WORK REQUIRED: How many lines in the data below contain the string "IFCMATERIALCONSTITUENTSET"? Answer with the number only.

Data excerpts:
= = = = = = =
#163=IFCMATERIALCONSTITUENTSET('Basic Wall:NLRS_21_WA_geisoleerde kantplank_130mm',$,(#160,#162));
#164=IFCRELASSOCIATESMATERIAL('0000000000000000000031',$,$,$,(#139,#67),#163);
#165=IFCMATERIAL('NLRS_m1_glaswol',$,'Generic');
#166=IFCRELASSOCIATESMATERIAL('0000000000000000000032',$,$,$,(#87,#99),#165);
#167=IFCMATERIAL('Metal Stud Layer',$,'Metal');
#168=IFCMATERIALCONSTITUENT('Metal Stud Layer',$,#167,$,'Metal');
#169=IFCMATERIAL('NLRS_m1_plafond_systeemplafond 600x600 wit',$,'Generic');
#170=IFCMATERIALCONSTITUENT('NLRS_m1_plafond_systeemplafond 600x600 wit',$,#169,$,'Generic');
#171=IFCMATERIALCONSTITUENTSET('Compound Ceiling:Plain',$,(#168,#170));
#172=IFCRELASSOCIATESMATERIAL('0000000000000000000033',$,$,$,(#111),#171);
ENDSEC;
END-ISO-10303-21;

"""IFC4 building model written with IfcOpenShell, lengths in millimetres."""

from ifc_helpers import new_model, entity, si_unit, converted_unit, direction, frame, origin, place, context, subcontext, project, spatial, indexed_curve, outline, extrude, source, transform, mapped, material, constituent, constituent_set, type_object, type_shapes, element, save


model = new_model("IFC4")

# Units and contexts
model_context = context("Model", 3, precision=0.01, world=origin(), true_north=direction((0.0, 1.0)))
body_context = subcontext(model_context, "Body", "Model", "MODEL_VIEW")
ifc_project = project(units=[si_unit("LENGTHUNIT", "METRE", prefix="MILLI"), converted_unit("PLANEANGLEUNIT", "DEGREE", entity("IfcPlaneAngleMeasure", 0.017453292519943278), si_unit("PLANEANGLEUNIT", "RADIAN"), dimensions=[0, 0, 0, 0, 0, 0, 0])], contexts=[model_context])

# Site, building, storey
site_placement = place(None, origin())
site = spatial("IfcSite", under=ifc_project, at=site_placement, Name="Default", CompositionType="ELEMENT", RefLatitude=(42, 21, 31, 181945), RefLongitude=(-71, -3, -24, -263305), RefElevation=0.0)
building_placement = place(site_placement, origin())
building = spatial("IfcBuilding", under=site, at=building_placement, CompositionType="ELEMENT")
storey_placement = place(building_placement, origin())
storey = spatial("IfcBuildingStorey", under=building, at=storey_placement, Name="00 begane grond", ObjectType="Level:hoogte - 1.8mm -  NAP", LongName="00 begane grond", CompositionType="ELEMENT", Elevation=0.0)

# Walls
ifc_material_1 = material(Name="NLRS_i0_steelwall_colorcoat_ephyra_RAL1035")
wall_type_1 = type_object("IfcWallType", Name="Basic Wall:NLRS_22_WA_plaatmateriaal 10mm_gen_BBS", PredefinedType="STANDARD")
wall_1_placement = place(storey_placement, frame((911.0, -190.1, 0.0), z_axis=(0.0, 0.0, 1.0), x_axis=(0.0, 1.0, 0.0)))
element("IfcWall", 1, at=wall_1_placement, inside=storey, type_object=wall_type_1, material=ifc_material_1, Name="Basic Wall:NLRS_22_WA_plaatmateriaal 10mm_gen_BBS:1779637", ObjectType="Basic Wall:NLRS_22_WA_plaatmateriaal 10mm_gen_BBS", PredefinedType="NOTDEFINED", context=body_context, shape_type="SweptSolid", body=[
= = = = = = =
RESPONSE TO THE EXERCISE: 2